Provide only the number of lines in the records below that include "more".
Start of SUPPLIED RECORDS
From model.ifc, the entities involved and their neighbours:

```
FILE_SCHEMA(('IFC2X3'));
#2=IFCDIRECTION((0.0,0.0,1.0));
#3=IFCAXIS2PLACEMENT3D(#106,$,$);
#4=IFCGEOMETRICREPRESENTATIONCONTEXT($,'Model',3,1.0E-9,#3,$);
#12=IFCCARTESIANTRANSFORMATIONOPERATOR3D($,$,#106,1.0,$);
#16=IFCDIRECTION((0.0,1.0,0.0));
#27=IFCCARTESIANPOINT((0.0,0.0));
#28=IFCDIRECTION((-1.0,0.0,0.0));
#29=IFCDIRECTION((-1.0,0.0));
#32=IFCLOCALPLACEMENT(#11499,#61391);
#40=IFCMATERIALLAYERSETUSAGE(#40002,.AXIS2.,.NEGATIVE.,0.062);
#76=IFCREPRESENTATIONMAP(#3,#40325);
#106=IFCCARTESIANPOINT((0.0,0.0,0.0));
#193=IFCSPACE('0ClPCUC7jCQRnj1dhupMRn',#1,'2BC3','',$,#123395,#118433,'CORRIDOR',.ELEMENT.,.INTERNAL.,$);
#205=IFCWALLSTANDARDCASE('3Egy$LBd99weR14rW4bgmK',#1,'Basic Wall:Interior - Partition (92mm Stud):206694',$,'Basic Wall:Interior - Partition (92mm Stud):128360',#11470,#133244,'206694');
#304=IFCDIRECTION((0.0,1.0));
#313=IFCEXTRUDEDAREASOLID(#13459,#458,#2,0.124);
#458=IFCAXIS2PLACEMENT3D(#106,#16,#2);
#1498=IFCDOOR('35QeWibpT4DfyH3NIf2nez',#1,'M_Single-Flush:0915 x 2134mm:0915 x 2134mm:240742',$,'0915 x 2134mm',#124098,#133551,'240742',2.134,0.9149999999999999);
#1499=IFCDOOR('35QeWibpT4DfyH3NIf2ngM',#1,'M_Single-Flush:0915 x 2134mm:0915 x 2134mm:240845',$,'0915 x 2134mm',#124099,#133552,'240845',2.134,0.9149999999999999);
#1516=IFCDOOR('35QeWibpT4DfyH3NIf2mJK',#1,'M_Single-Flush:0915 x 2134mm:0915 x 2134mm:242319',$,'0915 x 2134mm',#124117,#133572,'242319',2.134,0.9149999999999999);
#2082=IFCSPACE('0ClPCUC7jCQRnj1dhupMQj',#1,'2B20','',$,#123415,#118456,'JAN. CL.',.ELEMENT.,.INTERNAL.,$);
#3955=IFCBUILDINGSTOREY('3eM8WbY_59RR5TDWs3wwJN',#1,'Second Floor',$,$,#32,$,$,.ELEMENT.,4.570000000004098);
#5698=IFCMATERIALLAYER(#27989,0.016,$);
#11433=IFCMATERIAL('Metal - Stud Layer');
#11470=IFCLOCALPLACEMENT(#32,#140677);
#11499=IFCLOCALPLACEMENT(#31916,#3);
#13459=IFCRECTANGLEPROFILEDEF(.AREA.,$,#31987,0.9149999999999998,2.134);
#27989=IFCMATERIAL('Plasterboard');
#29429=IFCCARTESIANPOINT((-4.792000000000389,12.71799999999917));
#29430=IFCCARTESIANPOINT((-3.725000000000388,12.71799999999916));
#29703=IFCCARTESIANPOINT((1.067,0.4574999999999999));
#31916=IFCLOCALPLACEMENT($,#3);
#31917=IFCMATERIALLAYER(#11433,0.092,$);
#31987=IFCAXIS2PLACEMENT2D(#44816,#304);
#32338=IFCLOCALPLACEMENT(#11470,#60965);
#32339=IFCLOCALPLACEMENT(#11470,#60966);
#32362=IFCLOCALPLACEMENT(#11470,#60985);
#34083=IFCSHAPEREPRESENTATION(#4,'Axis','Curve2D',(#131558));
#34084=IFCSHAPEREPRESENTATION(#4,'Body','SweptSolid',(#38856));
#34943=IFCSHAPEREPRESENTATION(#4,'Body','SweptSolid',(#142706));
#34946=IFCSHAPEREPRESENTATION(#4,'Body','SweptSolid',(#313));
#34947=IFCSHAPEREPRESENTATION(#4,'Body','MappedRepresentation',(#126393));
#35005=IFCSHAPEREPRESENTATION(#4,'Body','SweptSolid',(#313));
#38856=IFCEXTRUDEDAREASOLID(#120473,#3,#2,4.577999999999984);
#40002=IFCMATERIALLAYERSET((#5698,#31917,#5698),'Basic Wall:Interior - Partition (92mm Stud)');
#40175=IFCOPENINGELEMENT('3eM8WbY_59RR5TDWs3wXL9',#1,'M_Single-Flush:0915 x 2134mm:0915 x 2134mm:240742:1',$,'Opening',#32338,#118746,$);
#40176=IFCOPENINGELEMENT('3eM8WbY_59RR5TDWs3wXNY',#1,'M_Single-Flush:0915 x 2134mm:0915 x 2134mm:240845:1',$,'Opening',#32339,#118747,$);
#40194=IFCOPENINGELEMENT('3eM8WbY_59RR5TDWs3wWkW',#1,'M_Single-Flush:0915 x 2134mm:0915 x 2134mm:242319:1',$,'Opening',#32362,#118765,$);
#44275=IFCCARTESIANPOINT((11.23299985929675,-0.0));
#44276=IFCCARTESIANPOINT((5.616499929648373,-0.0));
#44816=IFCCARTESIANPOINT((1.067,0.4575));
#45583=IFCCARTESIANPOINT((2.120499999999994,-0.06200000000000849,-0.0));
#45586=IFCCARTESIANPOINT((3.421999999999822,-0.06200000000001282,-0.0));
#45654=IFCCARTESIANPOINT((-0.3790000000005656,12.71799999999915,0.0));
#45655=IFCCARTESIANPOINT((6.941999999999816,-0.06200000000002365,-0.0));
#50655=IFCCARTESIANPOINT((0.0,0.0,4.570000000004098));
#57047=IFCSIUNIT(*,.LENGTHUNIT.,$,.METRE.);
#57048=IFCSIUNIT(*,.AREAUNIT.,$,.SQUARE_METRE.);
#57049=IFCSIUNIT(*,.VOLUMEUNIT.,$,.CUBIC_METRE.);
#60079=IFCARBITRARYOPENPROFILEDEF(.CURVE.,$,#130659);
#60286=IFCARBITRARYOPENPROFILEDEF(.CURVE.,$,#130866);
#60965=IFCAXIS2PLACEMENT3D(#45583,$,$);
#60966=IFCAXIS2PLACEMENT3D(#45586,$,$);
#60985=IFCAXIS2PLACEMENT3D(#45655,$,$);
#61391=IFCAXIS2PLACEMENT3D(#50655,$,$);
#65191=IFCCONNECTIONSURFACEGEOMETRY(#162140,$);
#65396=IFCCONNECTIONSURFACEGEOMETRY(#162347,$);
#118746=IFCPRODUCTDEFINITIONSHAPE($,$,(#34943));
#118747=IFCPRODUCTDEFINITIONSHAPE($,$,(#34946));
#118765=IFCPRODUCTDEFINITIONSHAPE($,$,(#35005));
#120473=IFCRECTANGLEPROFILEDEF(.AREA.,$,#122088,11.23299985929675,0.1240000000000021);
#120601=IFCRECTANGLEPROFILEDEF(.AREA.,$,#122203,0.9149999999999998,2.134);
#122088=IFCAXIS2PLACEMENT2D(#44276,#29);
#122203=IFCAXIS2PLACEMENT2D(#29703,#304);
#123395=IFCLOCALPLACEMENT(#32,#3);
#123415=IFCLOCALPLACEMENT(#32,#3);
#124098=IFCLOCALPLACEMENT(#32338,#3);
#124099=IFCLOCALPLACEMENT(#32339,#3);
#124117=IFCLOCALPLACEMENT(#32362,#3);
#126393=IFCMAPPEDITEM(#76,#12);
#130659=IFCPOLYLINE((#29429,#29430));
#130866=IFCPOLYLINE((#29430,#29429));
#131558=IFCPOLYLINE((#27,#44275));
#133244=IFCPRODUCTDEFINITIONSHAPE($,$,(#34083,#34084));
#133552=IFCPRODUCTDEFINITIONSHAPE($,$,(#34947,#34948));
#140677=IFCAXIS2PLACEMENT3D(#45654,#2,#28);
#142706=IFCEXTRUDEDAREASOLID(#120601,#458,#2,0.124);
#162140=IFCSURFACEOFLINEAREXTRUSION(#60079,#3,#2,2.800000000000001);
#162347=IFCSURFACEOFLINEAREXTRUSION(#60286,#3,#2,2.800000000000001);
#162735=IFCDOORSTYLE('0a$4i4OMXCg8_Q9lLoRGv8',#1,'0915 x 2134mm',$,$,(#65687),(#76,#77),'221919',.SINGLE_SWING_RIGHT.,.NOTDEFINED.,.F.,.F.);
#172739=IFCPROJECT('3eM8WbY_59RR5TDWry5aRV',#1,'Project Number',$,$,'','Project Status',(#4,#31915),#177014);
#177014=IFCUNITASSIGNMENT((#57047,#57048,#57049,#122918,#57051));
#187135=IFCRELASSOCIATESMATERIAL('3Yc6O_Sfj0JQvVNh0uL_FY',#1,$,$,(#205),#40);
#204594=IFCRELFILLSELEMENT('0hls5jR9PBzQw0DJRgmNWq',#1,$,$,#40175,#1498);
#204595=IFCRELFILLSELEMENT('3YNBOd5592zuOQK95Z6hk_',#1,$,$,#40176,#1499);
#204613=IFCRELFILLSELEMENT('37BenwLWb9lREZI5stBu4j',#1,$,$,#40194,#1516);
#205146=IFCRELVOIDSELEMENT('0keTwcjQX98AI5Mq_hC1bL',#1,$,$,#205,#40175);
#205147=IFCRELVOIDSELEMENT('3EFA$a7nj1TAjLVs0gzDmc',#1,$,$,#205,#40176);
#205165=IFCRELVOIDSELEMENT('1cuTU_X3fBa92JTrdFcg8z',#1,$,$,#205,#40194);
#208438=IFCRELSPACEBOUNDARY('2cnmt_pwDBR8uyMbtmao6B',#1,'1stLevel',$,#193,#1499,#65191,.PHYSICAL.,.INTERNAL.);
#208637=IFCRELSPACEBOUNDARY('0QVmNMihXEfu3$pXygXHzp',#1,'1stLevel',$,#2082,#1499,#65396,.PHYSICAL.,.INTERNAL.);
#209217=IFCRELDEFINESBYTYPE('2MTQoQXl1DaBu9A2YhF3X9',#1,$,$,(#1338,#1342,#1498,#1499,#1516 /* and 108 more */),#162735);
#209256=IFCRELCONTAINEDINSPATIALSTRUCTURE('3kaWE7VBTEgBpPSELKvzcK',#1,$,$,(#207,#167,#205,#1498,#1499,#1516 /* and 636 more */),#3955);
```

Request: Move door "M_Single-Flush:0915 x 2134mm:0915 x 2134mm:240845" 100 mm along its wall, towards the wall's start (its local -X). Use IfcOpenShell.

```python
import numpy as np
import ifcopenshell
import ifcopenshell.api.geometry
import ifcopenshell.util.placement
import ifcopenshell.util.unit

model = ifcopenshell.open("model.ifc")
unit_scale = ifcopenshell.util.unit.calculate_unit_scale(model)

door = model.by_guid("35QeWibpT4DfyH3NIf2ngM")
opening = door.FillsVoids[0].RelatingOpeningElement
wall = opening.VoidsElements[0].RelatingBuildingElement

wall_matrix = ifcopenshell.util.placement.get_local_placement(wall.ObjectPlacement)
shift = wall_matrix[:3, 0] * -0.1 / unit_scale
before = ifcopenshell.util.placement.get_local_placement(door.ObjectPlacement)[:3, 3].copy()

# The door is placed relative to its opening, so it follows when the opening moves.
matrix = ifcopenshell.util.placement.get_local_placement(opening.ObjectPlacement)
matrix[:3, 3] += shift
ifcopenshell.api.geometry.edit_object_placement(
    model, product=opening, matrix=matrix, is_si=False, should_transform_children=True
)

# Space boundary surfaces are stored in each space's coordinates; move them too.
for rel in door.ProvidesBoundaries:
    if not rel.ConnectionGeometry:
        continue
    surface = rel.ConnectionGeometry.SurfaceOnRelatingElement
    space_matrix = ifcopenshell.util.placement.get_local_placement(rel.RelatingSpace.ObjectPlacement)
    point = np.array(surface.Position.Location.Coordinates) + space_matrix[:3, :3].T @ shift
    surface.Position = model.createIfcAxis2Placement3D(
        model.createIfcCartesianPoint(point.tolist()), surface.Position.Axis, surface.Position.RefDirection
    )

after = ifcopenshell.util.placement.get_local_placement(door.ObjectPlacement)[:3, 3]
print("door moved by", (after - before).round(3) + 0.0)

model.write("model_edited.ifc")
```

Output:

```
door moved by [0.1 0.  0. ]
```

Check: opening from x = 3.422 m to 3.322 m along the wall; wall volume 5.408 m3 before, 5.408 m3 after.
End of SUPPLIED RECORDS
■ **ANSWER BOX**
2